> [WHAT THIS TASK INVOLVES] Search each line of the data for the word "Basic"; copy every line where it is found.

> [RECORDS TO PROCESS]
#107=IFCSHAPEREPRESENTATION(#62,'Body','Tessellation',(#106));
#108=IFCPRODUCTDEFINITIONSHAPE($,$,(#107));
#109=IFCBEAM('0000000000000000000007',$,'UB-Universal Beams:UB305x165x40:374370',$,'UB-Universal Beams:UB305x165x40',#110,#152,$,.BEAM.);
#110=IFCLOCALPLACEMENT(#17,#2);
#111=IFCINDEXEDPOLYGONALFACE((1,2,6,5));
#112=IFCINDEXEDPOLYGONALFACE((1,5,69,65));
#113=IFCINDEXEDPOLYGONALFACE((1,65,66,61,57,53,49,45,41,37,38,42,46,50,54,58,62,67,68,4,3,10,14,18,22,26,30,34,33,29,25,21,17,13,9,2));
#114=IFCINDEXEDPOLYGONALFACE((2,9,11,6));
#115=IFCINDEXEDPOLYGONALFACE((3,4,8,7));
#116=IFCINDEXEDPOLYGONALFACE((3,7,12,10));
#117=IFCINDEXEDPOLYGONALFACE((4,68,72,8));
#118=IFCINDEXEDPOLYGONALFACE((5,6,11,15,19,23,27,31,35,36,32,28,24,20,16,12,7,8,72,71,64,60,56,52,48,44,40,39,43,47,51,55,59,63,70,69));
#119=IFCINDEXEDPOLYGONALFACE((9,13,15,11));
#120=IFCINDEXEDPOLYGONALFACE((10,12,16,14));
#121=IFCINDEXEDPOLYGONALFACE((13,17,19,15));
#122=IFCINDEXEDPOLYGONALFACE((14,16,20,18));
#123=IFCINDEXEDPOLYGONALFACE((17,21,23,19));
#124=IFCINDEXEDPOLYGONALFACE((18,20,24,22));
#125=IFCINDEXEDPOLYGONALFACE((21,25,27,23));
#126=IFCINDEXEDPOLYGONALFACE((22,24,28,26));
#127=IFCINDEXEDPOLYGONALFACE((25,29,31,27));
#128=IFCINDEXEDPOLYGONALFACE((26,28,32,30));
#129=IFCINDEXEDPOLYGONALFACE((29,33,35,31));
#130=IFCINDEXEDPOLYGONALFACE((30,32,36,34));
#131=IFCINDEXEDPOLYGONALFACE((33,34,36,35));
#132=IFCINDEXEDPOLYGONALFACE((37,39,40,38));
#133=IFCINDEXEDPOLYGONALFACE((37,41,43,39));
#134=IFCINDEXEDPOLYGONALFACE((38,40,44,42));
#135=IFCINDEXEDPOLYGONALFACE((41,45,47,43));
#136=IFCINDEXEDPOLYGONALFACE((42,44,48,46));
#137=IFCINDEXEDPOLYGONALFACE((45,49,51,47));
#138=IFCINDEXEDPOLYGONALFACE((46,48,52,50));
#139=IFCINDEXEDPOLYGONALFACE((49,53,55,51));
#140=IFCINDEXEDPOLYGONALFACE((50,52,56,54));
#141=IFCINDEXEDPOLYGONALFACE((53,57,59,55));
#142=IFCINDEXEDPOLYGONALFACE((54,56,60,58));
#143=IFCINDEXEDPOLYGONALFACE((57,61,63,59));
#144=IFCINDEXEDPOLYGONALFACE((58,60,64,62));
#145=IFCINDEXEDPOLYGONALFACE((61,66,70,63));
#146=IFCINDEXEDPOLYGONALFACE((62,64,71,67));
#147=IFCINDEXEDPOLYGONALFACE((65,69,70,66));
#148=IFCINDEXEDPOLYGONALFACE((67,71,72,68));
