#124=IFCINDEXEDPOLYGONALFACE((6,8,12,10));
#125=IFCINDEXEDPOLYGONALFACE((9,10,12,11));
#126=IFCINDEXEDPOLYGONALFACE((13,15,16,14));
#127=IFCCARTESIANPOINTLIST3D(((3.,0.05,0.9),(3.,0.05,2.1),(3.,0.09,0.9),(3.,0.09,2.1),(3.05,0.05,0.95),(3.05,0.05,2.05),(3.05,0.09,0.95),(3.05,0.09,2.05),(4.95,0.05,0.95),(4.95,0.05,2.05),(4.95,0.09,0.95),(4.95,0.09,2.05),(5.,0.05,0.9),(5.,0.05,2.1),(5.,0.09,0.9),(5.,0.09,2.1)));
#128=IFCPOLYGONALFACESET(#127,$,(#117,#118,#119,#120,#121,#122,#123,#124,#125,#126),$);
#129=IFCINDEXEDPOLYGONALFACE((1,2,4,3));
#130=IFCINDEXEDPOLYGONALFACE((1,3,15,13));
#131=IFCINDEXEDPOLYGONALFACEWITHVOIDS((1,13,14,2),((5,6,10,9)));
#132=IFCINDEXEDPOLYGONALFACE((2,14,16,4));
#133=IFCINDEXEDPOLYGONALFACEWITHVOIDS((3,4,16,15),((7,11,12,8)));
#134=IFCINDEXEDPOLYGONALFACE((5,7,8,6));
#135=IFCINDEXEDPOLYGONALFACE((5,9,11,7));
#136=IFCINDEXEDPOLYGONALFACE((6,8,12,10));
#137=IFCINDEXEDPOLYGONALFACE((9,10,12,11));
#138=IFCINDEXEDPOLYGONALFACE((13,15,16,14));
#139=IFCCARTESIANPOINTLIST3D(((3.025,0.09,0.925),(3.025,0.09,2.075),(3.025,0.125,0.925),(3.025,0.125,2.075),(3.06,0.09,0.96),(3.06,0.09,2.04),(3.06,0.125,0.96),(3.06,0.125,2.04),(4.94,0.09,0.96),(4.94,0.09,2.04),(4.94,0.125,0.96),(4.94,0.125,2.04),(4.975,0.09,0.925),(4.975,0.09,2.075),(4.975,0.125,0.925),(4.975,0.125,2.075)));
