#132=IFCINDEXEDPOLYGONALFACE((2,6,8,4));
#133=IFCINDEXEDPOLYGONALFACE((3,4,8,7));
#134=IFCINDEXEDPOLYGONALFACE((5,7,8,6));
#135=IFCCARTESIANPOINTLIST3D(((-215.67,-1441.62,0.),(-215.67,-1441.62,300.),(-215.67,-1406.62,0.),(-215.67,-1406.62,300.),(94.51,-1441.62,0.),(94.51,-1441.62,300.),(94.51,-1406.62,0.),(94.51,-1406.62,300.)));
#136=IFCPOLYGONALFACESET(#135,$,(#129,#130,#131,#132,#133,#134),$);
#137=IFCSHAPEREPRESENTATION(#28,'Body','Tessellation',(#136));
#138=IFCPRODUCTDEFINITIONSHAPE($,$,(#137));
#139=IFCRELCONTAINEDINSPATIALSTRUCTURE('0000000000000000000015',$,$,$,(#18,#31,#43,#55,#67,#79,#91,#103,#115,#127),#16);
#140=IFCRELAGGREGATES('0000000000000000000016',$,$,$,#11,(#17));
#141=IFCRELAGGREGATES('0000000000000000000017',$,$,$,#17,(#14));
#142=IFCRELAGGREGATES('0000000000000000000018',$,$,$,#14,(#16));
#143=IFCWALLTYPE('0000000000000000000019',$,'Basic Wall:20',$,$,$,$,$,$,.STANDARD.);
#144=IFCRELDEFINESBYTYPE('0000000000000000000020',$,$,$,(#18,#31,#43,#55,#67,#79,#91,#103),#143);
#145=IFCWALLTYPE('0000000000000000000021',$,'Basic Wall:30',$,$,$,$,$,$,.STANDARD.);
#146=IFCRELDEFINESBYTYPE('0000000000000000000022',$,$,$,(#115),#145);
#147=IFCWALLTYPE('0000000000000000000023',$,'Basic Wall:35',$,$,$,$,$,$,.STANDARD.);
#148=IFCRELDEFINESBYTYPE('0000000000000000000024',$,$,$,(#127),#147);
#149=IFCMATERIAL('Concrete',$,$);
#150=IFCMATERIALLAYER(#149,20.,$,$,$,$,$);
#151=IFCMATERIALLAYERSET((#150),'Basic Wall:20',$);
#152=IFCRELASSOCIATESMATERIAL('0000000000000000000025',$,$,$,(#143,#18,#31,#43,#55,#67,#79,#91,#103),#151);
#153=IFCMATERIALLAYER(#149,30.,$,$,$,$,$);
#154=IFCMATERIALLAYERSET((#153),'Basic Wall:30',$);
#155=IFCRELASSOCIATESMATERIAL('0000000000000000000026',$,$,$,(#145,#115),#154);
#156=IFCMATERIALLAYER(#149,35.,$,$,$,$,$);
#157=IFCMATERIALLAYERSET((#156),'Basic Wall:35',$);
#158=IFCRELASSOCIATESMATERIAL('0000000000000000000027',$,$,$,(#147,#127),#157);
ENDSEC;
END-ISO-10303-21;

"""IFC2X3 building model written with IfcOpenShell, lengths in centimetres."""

> [REPLY]
#143=IFCWALLTYPE('0000000000000000000019',$,'Basic Wall:20',$,$,$,$,$,$,.STANDARD.);
#145=IFCWALLTYPE('0000000000000000000021',$,'Basic Wall:30',$,$,$,$,$,$,.STANDARD.);
#147=IFCWALLTYPE('0000000000000000000023',$,'Basic Wall:35',$,$,$,$,$,$,.STANDARD.);
#151=IFCMATERIALLAYERSET((#150),'Basic Wall:20',$);
#154=IFCMATERIALLAYERSET((#153),'Basic Wall:30',$);
#157=IFCMATERIALLAYERSET((#156),'Basic Wall:35',$);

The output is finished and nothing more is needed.